Election to Purchase

 

Election to Purchase

(To Be Executed Upon Exercise of Warrant)

 

The undersigned hereby irrevocably elects to exercise the right, represented by this Warrant Certificate, to receive _____ shares of Common Stock and herewith tenders payment for such shares of Common Stock to the order of Tigo Energy, Inc. (the “Company”) in the amount of $_____________ in accordance with the terms hereof.
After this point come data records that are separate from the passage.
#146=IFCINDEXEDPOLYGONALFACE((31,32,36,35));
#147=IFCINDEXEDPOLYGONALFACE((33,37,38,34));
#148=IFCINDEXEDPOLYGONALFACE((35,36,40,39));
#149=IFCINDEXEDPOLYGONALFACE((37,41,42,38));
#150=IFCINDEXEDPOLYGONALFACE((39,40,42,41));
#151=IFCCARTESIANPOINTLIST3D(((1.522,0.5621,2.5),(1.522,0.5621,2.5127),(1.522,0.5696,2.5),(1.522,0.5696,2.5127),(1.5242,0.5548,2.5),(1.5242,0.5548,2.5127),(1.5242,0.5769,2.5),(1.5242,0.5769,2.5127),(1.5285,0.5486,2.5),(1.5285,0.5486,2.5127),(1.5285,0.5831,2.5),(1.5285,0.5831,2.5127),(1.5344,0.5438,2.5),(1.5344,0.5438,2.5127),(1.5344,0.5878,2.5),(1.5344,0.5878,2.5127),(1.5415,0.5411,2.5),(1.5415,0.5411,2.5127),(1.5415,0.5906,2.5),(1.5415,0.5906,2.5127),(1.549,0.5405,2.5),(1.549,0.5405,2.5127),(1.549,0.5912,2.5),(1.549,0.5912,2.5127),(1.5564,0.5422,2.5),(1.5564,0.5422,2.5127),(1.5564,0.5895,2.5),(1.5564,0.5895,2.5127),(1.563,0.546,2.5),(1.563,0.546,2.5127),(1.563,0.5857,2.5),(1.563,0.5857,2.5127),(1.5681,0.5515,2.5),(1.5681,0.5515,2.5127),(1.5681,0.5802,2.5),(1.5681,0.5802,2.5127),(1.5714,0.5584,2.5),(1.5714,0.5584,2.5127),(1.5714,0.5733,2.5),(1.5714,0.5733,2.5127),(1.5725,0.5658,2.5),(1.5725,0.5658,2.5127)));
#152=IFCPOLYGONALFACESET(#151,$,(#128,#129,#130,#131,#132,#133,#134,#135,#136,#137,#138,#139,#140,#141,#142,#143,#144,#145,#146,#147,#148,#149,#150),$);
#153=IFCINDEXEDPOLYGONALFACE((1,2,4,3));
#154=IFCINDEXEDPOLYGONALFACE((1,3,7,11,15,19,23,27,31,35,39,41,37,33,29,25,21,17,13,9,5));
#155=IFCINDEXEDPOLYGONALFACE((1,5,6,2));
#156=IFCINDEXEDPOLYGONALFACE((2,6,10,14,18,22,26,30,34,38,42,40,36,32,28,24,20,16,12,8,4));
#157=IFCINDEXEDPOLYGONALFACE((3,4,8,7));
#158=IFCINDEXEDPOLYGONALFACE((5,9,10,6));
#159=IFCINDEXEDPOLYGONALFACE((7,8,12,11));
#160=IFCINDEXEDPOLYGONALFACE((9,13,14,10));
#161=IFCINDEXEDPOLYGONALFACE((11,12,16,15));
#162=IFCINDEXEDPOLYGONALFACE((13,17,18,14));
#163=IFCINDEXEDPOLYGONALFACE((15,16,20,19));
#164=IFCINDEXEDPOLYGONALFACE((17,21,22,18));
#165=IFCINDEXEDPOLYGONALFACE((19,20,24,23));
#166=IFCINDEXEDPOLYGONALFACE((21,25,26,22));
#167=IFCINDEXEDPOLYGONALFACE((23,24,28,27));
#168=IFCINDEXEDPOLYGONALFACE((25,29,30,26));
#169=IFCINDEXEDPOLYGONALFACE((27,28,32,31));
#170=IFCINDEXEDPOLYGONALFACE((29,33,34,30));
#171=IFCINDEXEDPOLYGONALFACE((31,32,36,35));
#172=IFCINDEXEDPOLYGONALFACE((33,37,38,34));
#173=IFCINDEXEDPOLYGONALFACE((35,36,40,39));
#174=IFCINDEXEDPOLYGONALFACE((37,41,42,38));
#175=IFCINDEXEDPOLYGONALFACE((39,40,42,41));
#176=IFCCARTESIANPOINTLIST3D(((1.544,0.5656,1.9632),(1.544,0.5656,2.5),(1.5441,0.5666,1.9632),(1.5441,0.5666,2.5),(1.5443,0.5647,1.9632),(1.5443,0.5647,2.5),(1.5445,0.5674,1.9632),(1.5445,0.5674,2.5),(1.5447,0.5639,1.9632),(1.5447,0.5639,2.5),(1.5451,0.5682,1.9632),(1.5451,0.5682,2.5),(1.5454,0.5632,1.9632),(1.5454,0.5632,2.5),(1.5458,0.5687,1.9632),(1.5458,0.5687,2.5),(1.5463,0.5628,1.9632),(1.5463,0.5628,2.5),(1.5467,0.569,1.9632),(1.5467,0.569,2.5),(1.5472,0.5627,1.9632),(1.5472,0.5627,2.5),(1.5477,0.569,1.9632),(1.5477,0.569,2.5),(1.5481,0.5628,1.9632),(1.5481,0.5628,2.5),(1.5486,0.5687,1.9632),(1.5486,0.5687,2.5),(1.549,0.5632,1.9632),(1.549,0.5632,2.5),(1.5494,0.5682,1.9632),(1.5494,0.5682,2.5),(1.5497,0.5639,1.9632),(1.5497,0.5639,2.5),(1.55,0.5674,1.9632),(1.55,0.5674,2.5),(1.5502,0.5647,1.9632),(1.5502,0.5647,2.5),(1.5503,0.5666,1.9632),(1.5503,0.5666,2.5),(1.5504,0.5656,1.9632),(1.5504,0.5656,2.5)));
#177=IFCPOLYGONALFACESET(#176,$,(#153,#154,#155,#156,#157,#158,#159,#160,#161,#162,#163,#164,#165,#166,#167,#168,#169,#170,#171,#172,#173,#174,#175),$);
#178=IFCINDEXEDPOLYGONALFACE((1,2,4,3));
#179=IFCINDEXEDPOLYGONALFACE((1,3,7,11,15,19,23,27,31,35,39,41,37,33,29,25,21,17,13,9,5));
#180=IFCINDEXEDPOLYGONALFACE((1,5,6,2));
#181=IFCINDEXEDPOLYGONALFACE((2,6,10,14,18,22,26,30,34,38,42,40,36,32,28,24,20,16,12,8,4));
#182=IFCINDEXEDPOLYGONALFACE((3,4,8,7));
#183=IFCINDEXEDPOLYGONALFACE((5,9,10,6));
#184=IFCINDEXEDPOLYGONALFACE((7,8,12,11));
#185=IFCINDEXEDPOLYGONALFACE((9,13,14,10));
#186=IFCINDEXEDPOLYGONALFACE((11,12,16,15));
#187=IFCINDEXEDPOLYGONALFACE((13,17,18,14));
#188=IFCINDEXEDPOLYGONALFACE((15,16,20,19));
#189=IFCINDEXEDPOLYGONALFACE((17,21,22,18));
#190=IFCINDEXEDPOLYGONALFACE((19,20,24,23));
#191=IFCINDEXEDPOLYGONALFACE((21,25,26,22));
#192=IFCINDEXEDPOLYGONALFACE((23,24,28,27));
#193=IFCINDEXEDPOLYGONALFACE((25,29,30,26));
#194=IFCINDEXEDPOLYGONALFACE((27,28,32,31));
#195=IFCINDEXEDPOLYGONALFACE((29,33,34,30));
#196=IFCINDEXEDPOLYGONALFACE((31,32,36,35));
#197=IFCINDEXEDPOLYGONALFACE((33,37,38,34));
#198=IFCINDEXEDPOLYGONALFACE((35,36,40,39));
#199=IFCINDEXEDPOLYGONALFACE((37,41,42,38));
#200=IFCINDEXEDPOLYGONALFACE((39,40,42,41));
The undersigned requests that a certificate for such shares of Common Stock be registered in the name of _____________, whose address is and that such shares of Common Stock be delivered to ______________ whose address is _______________. If said number of shares of Common Stock is less than all of the shares of Common Stock purchasable hereunder, the undersigned requests that a new Warrant Certificate representing the remaining balance of such shares of Common Stock be registered in the name of ___________________, whose address is _______________ and that such Warrant Certificate be delivered to _______________, whose address is _______________.

 

In the event that the Warrant has been called for redemption by the Company pursuant to Section 6 of the Warrant Agreement and the Company has required cashless exercise pursuant to Section 6.3 of the Warrant Agreement, the number of shares of Common Stock that this Warrant is exercisable for shall be determined in accordance with subsection 3.3.1(b) and Section 6.3 of the Warrant Agreement.

 

In the event that the Warrant may be exercised, to the extent allowed by the Warrant Agreement, through cashless exercise (i) the number of shares of Common Stock that this Warrant is exercisable for would be determined in accordance with the relevant section of the Warrant Agreement which allows for such cashless exercise and (ii) the holder hereof shall complete the following: The undersigned hereby irrevocably elects to exercise the right, represented by this Warrant Certificate, through the cashless exercise provisions of the Warrant Agreement, to receive shares of Common Stock. If said number of shares of Common Stock is less than all of the shares of Common Stock purchasable hereunder (after giving effect to the cashless exercise), the undersigned requests that a new Warrant Certificate representing the remaining balance of such shares of Common Stock be registered in the name of ________________, whose address is________________ and that such Warrant Certificate be delivered to ________________, whose address is ________________.

 

[Signature Page Follows]

 

3

 

 

Date: ____________, 20___  
  Signature
   
   
   
   
  (Address)
   
   
  (Tax Identification Number)

 

Signature Guaranteed:  
   
   

 

THE SIGNATURE(S) SHOULD BE GUARANTEED BY AN ELIGIBLE GUARANTOR INSTITUTION (BANKS, STOCKBROKERS, SAVINGS AND LOAN ASSOCIATIONS AND CREDIT UNIONS WITH MEMBERSHIP IN AN APPROVED SIGNATURE GUARANTEE MEDALLION PROGRAM, PURSUANT TO S.E.C. RULE 17Ad-15 UNDER THE SECURITIES EXCHANGE ACT OF 1934, AS AMENDED (OR ANY SUCCESSOR RULE)).